--- RECORDS PROVIDED Enclosed Below ---
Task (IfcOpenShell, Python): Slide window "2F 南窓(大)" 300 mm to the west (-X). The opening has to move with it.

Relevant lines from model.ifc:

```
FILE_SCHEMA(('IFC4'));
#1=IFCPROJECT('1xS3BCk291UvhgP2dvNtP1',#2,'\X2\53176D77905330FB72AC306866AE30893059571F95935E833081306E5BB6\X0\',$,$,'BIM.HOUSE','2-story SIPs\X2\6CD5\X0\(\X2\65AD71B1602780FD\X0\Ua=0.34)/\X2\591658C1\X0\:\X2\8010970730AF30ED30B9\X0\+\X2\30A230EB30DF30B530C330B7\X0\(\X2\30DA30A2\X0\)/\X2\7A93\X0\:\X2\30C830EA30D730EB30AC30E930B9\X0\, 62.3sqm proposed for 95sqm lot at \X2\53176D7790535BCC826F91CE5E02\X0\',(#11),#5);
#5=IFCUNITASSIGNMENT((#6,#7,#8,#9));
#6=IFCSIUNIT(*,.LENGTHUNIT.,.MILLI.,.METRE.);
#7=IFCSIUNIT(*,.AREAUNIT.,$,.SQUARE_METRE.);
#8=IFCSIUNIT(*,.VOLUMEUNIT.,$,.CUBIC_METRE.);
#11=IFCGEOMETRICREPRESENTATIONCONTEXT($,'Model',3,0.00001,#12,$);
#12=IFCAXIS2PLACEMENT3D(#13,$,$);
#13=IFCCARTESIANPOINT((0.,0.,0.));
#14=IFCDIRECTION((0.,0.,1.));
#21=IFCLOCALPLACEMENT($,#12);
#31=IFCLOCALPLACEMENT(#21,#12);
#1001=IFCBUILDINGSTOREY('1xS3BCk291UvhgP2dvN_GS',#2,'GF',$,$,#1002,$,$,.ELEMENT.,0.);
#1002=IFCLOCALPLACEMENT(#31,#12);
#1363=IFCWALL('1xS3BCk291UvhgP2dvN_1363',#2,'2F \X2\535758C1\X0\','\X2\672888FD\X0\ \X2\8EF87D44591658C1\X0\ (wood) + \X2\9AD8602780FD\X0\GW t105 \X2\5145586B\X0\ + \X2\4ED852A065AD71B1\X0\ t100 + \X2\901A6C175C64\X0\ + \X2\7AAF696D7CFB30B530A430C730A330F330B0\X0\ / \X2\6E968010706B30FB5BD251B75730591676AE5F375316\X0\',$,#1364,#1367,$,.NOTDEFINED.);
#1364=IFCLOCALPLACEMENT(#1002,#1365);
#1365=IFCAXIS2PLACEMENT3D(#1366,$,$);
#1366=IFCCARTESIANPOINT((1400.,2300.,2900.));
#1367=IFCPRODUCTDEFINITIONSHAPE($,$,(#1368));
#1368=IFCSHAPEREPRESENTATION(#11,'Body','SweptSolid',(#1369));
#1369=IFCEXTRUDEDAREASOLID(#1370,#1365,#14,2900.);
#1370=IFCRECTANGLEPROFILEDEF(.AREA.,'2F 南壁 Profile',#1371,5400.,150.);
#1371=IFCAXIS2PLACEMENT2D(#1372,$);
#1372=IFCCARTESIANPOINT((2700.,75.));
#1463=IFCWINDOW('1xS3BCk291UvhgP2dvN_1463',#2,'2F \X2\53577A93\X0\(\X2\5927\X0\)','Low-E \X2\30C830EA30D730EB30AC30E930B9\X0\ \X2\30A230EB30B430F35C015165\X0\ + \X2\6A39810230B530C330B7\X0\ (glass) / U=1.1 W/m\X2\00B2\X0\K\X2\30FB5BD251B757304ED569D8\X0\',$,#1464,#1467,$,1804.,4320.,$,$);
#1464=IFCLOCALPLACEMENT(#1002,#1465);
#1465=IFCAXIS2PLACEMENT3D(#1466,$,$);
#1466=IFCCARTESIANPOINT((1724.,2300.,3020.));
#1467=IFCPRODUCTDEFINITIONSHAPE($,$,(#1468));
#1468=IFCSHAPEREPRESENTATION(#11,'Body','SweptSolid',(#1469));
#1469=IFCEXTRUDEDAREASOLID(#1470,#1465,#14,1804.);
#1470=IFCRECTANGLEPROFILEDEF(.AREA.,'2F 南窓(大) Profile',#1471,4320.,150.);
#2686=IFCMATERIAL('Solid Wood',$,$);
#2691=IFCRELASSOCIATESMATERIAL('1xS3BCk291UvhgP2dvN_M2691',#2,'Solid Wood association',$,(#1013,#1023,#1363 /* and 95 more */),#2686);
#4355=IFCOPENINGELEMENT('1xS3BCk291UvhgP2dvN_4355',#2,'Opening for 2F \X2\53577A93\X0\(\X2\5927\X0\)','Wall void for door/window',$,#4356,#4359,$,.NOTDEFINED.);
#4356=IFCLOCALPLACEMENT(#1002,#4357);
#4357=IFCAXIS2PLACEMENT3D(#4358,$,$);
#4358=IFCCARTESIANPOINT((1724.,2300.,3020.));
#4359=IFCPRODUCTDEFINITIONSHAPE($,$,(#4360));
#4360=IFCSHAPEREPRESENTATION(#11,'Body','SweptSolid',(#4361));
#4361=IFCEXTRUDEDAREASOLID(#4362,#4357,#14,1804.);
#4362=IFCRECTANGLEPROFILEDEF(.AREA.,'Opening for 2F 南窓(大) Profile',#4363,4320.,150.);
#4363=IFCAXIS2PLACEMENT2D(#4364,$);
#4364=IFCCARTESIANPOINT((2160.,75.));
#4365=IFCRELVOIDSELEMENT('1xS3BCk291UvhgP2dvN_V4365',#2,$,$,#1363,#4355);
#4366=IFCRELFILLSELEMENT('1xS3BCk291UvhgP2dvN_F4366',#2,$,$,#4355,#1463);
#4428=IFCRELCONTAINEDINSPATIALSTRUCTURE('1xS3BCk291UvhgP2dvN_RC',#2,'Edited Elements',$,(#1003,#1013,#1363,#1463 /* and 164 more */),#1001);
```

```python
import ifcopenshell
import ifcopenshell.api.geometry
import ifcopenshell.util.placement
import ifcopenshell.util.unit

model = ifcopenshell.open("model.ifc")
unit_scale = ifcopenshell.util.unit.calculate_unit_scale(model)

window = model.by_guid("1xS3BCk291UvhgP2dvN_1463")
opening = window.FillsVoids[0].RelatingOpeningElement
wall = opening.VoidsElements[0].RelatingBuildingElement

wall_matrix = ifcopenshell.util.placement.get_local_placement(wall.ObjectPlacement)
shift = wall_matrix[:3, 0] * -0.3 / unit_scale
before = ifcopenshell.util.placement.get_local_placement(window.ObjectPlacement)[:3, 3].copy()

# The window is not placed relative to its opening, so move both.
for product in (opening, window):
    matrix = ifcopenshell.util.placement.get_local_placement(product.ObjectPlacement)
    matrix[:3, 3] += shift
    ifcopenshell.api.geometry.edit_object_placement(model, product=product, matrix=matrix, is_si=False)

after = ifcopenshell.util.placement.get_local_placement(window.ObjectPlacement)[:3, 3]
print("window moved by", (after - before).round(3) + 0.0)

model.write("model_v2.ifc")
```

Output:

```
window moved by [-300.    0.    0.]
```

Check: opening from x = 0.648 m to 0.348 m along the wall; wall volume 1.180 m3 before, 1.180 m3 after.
--- End of Enclosed RECORDS PROVIDED ---
→ WHAT THIS TASK INVOLVES:
Search the records above for the string "SweptSolid". Copy every line that contains it.

→ RESULT OF THE TASK:
#1368=IFCSHAPEREPRESENTATION(#11,'Body','SweptSolid',(#1369));
#1468=IFCSHAPEREPRESENTATION(#11,'Body','SweptSolid',(#1469));
#4360=IFCSHAPEREPRESENTATION(#11,'Body','SweptSolid',(#4361));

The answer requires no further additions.